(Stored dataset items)
--- --- ---
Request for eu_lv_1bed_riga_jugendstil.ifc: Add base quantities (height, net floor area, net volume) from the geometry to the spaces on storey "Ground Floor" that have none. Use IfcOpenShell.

First a look at what the model holds.

```python
import ifcopenshell
import ifcopenshell.util.element
import ifcopenshell.util.unit

model = ifcopenshell.open("eu_lv_1bed_riga_jugendstil.ifc")
print(model.schema)
for unit_type in ("LENGTHUNIT", "AREAUNIT", "VOLUMEUNIT"):
    print(unit_type, ifcopenshell.util.unit.calculate_unit_scale(model, unit_type))
storey = next(s for s in model.by_type("IfcBuildingStorey") if s.Name == "Ground Floor")
spaces = [e for e in ifcopenshell.util.element.get_decomposition(storey) if e.is_a("IfcSpace")]
for e in sorted(spaces, key=lambda e: e.id()):
    print(e.id(), e.is_a(), e.Name, list(ifcopenshell.util.element.get_psets(e, qtos_only=True)), sep=" | ")
```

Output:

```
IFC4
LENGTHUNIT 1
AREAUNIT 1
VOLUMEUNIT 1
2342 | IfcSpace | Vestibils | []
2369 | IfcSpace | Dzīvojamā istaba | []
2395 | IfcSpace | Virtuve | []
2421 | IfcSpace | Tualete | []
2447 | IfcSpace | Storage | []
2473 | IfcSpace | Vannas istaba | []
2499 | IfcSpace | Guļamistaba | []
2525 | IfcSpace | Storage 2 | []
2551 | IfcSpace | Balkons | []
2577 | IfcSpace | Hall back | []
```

```python
import ifcopenshell
import ifcopenshell.api.pset
import ifcopenshell.geom
import ifcopenshell.util.element
import ifcopenshell.util.shape
import ifcopenshell.util.unit

model = ifcopenshell.open("eu_lv_1bed_riga_jugendstil.ifc")
unit_scale = ifcopenshell.util.unit.calculate_unit_scale(model)
area_scale = ifcopenshell.util.unit.calculate_unit_scale(model, "AREAUNIT")
volume_scale = ifcopenshell.util.unit.calculate_unit_scale(model, "VOLUMEUNIT")
settings = ifcopenshell.geom.settings()

storey = next(s for s in model.by_type("IfcBuildingStorey") if s.Name == "Ground Floor")
spaces = [e for e in ifcopenshell.util.element.get_decomposition(storey) if e.is_a("IfcSpace")]

for e in sorted(spaces, key=lambda e: e.id()):
    if ifcopenshell.util.element.get_psets(e, qtos_only=True, should_inherit=False):
        continue
    # Geometry comes back in metres, in the element's own axes.
    shape = ifcopenshell.geom.create_shape(settings, e)
    values = {
        "Height": ifcopenshell.util.shape.get_z(shape.geometry) / unit_scale,
        "NetFloorArea": ifcopenshell.util.shape.get_footprint_area(shape.geometry) / area_scale,
        "NetVolume": ifcopenshell.util.shape.get_volume(shape.geometry) / volume_scale,
    }
    qto = ifcopenshell.api.pset.add_qto(model, product=e, name="Qto_SpaceBaseQuantities")
    ifcopenshell.api.pset.edit_qto(model, qto=qto, properties=values)
    print(e.id(), {k: round(v, 3) for k, v in values.items()})

model.write("eu_lv_1bed_riga_jugendstil-out.ifc")
```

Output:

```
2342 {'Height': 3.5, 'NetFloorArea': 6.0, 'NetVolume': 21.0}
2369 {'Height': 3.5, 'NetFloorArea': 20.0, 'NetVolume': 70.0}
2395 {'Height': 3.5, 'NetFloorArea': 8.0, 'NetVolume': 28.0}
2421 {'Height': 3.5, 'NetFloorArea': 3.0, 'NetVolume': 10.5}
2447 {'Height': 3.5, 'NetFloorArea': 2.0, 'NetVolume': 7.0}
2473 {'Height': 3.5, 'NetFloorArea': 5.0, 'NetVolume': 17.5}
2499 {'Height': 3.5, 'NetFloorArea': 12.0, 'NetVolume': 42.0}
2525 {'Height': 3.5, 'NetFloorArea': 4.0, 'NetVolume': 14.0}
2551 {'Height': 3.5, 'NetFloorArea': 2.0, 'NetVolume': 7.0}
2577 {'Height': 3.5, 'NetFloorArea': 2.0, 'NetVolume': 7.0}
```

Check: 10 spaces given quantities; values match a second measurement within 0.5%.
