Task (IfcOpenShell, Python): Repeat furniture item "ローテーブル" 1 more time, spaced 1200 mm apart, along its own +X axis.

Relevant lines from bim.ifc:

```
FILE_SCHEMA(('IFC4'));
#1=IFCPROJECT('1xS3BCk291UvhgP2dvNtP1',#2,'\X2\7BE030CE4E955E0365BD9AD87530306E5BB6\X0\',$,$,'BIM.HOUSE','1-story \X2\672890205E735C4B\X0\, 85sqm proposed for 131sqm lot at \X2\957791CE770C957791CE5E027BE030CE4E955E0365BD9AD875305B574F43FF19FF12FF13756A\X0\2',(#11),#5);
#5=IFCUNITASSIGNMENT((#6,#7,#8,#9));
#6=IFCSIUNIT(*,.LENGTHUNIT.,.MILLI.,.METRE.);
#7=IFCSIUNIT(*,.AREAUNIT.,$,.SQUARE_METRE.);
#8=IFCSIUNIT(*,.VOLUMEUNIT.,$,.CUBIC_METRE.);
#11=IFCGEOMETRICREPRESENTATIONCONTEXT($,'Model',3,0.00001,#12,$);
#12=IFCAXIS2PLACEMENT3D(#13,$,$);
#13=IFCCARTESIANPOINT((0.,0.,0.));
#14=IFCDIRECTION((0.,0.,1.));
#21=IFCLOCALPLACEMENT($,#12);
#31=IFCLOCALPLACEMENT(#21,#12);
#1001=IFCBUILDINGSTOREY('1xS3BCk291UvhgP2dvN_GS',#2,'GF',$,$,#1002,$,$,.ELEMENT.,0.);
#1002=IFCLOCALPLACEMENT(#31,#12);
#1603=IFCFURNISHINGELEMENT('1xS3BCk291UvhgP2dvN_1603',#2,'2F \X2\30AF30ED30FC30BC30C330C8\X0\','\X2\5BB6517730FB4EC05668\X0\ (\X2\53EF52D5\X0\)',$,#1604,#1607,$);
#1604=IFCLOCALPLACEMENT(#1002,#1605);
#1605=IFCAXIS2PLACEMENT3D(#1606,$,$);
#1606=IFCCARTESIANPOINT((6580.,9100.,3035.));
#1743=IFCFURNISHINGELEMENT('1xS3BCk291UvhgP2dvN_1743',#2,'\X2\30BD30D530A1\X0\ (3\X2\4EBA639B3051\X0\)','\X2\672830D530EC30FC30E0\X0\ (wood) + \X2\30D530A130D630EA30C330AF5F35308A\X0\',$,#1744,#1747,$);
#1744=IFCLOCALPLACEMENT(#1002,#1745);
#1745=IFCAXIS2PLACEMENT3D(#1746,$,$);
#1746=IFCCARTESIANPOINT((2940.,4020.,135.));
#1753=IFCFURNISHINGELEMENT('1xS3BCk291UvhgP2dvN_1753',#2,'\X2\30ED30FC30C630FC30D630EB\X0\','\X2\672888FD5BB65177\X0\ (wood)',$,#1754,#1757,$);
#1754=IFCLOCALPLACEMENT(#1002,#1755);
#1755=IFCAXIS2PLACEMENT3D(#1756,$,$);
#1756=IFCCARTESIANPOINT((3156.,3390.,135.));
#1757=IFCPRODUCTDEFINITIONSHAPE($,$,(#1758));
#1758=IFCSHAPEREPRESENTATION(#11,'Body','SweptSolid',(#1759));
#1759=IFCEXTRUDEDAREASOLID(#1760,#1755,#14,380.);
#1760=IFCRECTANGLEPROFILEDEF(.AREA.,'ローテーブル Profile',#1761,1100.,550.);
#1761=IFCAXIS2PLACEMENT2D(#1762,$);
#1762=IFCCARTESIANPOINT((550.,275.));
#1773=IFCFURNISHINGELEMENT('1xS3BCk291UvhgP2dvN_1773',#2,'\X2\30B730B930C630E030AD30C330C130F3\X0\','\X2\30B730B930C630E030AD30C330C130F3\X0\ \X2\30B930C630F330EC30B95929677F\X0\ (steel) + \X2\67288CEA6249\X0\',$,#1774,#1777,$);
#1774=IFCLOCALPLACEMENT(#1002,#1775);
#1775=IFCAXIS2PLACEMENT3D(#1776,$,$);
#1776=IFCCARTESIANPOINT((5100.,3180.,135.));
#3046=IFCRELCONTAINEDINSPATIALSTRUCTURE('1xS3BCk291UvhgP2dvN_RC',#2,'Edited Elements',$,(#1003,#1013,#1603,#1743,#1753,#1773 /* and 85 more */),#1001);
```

```python
import ifcopenshell
import ifcopenshell.api.geometry
import ifcopenshell.api.root
import ifcopenshell.util.element
import ifcopenshell.util.placement

model = ifcopenshell.open("bim.ifc")


def reuse_history(source, copy):
    """copy_class also copies each property set's owner history, people and application; keep the originals."""
    for rel in copy.IsDefinedBy:
        if rel.is_a("IfcRelDefinesByProperties") and (history := rel.RelatingPropertyDefinition.OwnerHistory):
            rel.RelatingPropertyDefinition.OwnerHistory = source.OwnerHistory
            ifcopenshell.util.element.remove_deep2(model, history)


source = model.by_guid("1xS3BCk291UvhgP2dvN_1753")
base = ifcopenshell.util.placement.get_local_placement(source.ObjectPlacement)
step = base[:3, 0] * 1200.0

for i in range(1, 2):
    copy = ifcopenshell.api.root.copy_class(model, product=source)
    copy.Representation = ifcopenshell.util.element.copy_deep(
        model, source.Representation, exclude=["IfcGeometricRepresentationContext", "IfcRepresentationMap"]
    )
    reuse_history(source, copy)
    matrix = base.copy()
    matrix[:3, 3] += i * step
    print("added at", matrix[:3, 3].round(3) + 0.0)
    ifcopenshell.api.geometry.edit_object_placement(model, product=copy, matrix=matrix, is_si=False)

model.write("bim_updated.ifc")
```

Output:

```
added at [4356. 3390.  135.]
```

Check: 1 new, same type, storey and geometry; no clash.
--- --- ---
_WHAT THE EXERCISE ASKS:_ Run a filter over the data above and keep each line that contains the word "ローテーブル".

_RESULT OF THE EXERCISE:_
Task (IfcOpenShell, Python): Repeat furniture item "ローテーブル" 1 more time, spaced 1200 mm apart, along its own +X axis.
#1760=IFCRECTANGLEPROFILEDEF(.AREA.,'ローテーブル Profile',#1761,1100.,550.);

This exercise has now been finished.